### DIRECTIONS FOR THIS TASK
In the records that follow, show each line where the word "Square" is present.
-------
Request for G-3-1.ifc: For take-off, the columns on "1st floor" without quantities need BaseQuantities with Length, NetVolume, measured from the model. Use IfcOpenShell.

First a look at what the model holds.

```python
import ifcopenshell
import ifcopenshell.util.element
import ifcopenshell.util.unit

model = ifcopenshell.open("G-3-1.ifc")
print(model.schema)
for unit_type in ("LENGTHUNIT", "AREAUNIT", "VOLUMEUNIT"):
    print(unit_type, ifcopenshell.util.unit.calculate_unit_scale(model, unit_type))
storey = next(s for s in model.by_type("IfcBuildingStorey") if s.Name == "1st floor")
columns = [e for e in ifcopenshell.util.element.get_decomposition(storey) if e.is_a("IfcColumn")]
for e in sorted(columns, key=lambda e: e.id()):
    print(e.id(), e.is_a(), e.Name, list(ifcopenshell.util.element.get_psets(e, qtos_only=True)), sep=" | ")
```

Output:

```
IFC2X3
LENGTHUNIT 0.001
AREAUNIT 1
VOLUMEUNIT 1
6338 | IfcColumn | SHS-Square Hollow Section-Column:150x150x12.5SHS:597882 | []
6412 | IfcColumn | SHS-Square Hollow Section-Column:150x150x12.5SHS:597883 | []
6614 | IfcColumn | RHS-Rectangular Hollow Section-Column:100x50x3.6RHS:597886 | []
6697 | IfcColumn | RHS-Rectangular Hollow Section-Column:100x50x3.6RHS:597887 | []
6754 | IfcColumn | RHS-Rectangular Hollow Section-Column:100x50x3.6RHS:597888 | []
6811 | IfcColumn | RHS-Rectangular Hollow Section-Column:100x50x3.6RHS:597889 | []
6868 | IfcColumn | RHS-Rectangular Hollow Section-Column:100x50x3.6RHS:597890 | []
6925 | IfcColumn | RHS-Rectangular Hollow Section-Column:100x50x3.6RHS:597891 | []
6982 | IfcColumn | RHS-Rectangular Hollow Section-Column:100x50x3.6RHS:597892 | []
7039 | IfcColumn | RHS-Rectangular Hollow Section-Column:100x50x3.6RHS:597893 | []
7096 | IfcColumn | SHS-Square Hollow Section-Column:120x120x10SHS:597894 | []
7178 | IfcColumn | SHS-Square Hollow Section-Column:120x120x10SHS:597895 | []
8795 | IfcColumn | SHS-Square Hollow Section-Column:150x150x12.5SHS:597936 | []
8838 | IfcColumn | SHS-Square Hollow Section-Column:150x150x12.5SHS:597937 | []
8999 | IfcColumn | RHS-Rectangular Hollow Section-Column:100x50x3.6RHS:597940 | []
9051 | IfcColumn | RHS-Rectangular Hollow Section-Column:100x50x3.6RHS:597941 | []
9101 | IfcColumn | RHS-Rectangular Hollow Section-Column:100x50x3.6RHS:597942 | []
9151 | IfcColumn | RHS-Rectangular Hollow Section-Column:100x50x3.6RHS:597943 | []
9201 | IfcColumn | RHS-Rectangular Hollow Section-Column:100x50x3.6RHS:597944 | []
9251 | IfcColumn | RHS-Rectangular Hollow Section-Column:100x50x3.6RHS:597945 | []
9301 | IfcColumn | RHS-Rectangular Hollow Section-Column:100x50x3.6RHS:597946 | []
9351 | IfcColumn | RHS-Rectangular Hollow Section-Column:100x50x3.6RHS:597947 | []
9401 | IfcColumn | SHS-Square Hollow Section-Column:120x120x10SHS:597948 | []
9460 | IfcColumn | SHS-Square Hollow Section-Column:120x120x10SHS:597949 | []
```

```python
import ifcopenshell
import ifcopenshell.api.pset
import ifcopenshell.geom
import ifcopenshell.util.element
import ifcopenshell.util.shape
import ifcopenshell.util.unit

model = ifcopenshell.open("G-3-1.ifc")
unit_scale = ifcopenshell.util.unit.calculate_unit_scale(model)
volume_scale = ifcopenshell.util.unit.calculate_unit_scale(model, "VOLUMEUNIT")
settings = ifcopenshell.geom.settings()

storey = next(s for s in model.by_type("IfcBuildingStorey") if s.Name == "1st floor")
columns = [e for e in ifcopenshell.util.element.get_decomposition(storey) if e.is_a("IfcColumn")]

for e in sorted(columns, key=lambda e: e.id()):
    if ifcopenshell.util.element.get_psets(e, qtos_only=True, should_inherit=False):
        continue
    # Geometry comes back in metres, in the element's own axes.
    shape = ifcopenshell.geom.create_shape(settings, e)
    values = {
        "Length": ifcopenshell.util.shape.get_z(shape.geometry) / unit_scale,
        "NetVolume": ifcopenshell.util.shape.get_volume(shape.geometry) / volume_scale,
    }
    qto = ifcopenshell.api.pset.add_qto(model, product=e, name="BaseQuantities")
    ifcopenshell.api.pset.edit_qto(model, qto=qto, properties=values)
    print(e.id(), {k: round(v, 3) for k, v in values.items()})

model.write("G-3-1-out.ifc")
```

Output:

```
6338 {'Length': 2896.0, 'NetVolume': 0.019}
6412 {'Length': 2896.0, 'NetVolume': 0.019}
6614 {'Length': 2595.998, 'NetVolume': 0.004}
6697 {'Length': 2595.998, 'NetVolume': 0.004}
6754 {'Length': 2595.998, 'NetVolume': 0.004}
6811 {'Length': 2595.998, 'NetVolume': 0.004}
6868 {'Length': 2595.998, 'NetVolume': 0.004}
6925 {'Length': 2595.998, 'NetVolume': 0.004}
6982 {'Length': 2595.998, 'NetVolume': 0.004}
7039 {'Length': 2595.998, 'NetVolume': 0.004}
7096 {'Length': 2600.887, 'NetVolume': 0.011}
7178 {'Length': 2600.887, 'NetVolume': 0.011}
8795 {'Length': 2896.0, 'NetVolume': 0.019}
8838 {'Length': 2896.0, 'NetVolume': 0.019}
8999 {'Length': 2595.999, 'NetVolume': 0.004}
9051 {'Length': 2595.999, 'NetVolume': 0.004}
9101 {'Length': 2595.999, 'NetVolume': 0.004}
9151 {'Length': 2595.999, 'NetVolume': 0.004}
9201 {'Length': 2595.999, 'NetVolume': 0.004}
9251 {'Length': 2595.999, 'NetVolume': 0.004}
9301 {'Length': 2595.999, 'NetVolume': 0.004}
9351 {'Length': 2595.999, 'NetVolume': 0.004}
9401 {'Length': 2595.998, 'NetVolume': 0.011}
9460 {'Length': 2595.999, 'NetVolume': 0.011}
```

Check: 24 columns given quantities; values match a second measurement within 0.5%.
-------
### ANSWER BOX
6338 | IfcColumn | SHS-Square Hollow Section-Column:150x150x12.5SHS:597882 | []
6412 | IfcColumn | SHS-Square Hollow Section-Column:150x150x12.5SHS:597883 | []
7096 | IfcColumn | SHS-Square Hollow Section-Column:120x120x10SHS:597894 | []
7178 | IfcColumn | SHS-Square Hollow Section-Column:120x120x10SHS:597895 | []
8795 | IfcColumn | SHS-Square Hollow Section-Column:150x150x12.5SHS:597936 | []
8838 | IfcColumn | SHS-Square Hollow Section-Column:150x150x12.5SHS:597937 | []
9401 | IfcColumn | SHS-Square Hollow Section-Column:120x120x10SHS:597948 | []
9460 | IfcColumn | SHS-Square Hollow Section-Column:120x120x10SHS:597949 | []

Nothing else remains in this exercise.